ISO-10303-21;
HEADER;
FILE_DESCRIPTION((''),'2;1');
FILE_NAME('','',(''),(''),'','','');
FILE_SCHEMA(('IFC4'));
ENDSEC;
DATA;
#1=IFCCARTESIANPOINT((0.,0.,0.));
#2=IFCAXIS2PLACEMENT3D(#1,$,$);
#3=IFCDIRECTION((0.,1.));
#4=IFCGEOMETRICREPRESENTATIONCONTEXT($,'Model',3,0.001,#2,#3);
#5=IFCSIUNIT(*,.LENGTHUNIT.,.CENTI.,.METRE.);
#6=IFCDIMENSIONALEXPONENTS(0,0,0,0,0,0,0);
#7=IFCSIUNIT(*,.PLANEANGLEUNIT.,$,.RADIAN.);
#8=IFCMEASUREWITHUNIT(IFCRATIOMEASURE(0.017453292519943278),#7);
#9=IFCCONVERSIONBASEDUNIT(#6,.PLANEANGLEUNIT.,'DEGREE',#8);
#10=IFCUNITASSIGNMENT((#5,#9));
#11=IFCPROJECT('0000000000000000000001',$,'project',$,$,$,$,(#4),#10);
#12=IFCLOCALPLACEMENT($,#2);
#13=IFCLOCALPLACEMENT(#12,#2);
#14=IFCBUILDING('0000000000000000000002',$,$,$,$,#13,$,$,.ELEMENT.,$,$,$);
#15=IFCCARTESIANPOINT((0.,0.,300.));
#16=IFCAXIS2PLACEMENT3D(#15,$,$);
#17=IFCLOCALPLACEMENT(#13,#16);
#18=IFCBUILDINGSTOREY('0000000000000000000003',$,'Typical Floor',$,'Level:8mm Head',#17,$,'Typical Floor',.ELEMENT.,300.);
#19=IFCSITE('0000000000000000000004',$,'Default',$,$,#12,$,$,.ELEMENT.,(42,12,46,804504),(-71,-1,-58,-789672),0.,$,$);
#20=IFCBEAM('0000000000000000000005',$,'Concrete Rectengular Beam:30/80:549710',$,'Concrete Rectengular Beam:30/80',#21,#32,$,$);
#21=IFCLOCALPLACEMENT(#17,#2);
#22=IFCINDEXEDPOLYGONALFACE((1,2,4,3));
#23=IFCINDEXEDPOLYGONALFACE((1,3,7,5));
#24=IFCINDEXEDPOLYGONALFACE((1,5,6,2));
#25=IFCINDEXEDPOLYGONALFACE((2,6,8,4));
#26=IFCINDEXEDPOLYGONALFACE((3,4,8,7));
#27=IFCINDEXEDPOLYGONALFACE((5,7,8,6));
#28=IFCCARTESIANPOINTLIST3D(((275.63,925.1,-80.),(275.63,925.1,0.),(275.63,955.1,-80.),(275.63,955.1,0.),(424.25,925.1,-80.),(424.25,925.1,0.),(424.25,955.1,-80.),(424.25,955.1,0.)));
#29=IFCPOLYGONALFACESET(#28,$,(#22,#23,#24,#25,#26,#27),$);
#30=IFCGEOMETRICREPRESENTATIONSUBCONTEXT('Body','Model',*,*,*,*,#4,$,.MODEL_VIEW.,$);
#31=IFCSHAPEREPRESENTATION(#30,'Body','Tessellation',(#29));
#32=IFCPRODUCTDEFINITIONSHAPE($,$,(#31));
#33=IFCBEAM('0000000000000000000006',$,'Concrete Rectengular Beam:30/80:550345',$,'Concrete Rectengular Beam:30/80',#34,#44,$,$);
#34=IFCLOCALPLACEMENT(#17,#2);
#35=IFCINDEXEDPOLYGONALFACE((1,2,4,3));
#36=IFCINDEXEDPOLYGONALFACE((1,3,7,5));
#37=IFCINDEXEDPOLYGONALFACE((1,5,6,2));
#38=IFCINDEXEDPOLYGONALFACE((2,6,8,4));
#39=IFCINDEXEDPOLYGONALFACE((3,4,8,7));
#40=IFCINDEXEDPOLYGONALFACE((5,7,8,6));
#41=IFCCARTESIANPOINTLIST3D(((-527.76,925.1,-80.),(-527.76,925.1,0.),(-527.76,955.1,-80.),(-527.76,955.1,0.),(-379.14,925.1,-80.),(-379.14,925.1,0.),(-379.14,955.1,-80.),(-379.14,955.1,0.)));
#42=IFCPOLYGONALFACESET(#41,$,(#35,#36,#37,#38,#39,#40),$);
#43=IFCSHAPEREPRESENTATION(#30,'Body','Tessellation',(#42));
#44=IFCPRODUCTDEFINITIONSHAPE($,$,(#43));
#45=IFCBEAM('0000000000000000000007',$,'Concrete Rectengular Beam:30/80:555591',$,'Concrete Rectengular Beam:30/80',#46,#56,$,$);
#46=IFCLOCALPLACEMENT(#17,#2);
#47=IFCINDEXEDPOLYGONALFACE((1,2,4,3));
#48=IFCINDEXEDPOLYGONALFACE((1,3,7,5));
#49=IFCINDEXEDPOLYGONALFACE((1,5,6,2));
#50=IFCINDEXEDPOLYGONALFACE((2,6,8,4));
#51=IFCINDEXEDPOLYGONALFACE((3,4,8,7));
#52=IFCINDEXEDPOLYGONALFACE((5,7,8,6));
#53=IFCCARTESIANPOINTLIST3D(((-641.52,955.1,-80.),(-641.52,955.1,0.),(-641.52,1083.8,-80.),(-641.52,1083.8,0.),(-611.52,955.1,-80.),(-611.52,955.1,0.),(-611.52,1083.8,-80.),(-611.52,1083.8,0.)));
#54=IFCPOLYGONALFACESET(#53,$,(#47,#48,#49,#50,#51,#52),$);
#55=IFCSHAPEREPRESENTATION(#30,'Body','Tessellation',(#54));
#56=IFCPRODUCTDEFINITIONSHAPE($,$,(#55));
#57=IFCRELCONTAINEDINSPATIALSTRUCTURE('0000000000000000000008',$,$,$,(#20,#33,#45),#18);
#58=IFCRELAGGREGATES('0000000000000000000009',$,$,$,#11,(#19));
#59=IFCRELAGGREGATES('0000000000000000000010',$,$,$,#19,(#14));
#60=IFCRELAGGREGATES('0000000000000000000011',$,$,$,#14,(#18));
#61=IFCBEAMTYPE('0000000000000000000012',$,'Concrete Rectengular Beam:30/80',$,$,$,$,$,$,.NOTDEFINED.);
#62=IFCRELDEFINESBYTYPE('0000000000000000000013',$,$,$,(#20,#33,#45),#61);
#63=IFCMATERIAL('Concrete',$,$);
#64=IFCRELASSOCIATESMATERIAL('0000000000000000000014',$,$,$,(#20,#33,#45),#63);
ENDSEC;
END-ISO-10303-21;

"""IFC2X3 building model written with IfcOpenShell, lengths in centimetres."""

from ifc_helpers import new_model, entity, si_unit, converted_unit, direction, frame, frame_2d, origin, place, context, subcontext, project, spatial, rectangle, extrude, material, type_object, element, save


model = new_model("IFC2X3")

# Units and contexts
model_context = context("Model", 3, precision=0.001, world=origin(), true_north=direction((0.0, 1.0)))
body_context = subcontext(model_context, "Body", "Model", "MODEL_VIEW")
ifc_project = project(units=[si_unit("LENGTHUNIT", "METRE", prefix="CENTI"), converted_unit("PLANEANGLEUNIT", "DEGREE", entity("IfcRatioMeasure", 0.017453292519943278), si_unit("PLANEANGLEUNIT", "RADIAN"), dimensions=[0, 0, 0, 0, 0, 0, 0])], contexts=[model_context])

# Site, building, storey
site_placement = place(None, origin())
site = spatial("IfcSite", under=ifc_project, at=site_placement, Name="Default", CompositionType="ELEMENT", RefLatitude=(42, 12, 46, 804504), RefLongitude=(-71, -1, -58, -789672), RefElevation=0.0)
building_placement = place(site_placement, origin())
building = spatial("IfcBuilding", under=site, at=building_placement, CompositionType="ELEMENT")
storey_placement = place(building_placement, frame((0.0, 0.0, 300.0)))
storey = spatial("IfcBuildingStorey", under=building, at=storey_placement, Name="Typical Floor", ObjectType="Level:8mm Head", LongName="Typical Floor", CompositionType="ELEMENT", Elevation=300.0)

# Beams
ifc_material = material(Name="Concrete")
beam_type = type_object("IfcBeamType", Name="Concrete Rectengular Beam:30/80", PredefinedType="NOTDEFINED")
beam_1_placement = place(storey_placement, frame((424.25, 940.1, 0.0), z_axis=(0.0, 0.0, 1.0), x_axis=(-1.0, 0.0, 0.0)))
element("IfcBeam", 1, at=beam_1_placement, inside=storey, type_object=beam_type, material=ifc_material, Name="Concrete Rectengular Beam:30/80:549710", ObjectType="Concrete Rectengular Beam:30/80", context=body_context, shape_type="SweptSolid", body=[
    extrude(rectangle(XDim=80.0, YDim=30.0, at=frame_2d((0.0, 0.0), x_axis=(1.0, 0.0))), frame((0.0, 0.0, -40.0), z_axis=(1.0, 0.0, 0.0), x_axis=(0.0, 0.0, -1.0)), (0.0, 0.0, 1.0), 148.62),
])
beam_2_placement = place(storey_placement, frame((-527.76, 940.1, 0.0)))
element("IfcBeam", 2, at=beam_2_placement, inside=storey, type_object=beam_type, material=ifc_material, Name="Concrete Rectengular Beam:30/80:550345", ObjectType="Concrete Rectengular Beam:30/80", context=body_context, shape_type="SweptSolid", body=[
    extrude(rectangle(XDim=80.0, YDim=30.0, at=frame_2d((0.0, 0.0), x_axis=(1.0, 0.0))), frame((0.0, 0.0, -40.0), z_axis=(1.0, 0.0, 0.0), x_axis=(0.0, 0.0, -1.0)), (0.0, 0.0, 1.0), 148.62),
])
beam_3_placement = place(storey_placement, frame((-626.52, 940.1, 0.0), z_axis=(0.0, 0.0, 1.0), x_axis=(0.0, 1.0, 0.0)))
element("IfcBeam", 3, at=beam_3_placement, inside=storey, type_object=beam_type, material=ifc_material, Name="Concrete Rectengular Beam:30/80:555591", ObjectType="Concrete Rectengular Beam:30/80", context=body_context, shape_type="SweptSolid", body=[
    extrude(rectangle(XDim=80.0, YDim=30.0, at=frame_2d((0.0, 0.0), x_axis=(1.0, 0.0))), frame((15.0, 0.0, -40.0), z_axis=(1.0, 0.0, 0.0), x_axis=(0.0, 0.0, -1.0)), (0.0, 0.0, 1.0), 128.69),
])

save(model, "model.ifc")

________

What is being asked:
The reply is a bare number, the count of lines in these entries that hold the word "IFCPOLYGONALFACESET".

Solution to this task:
3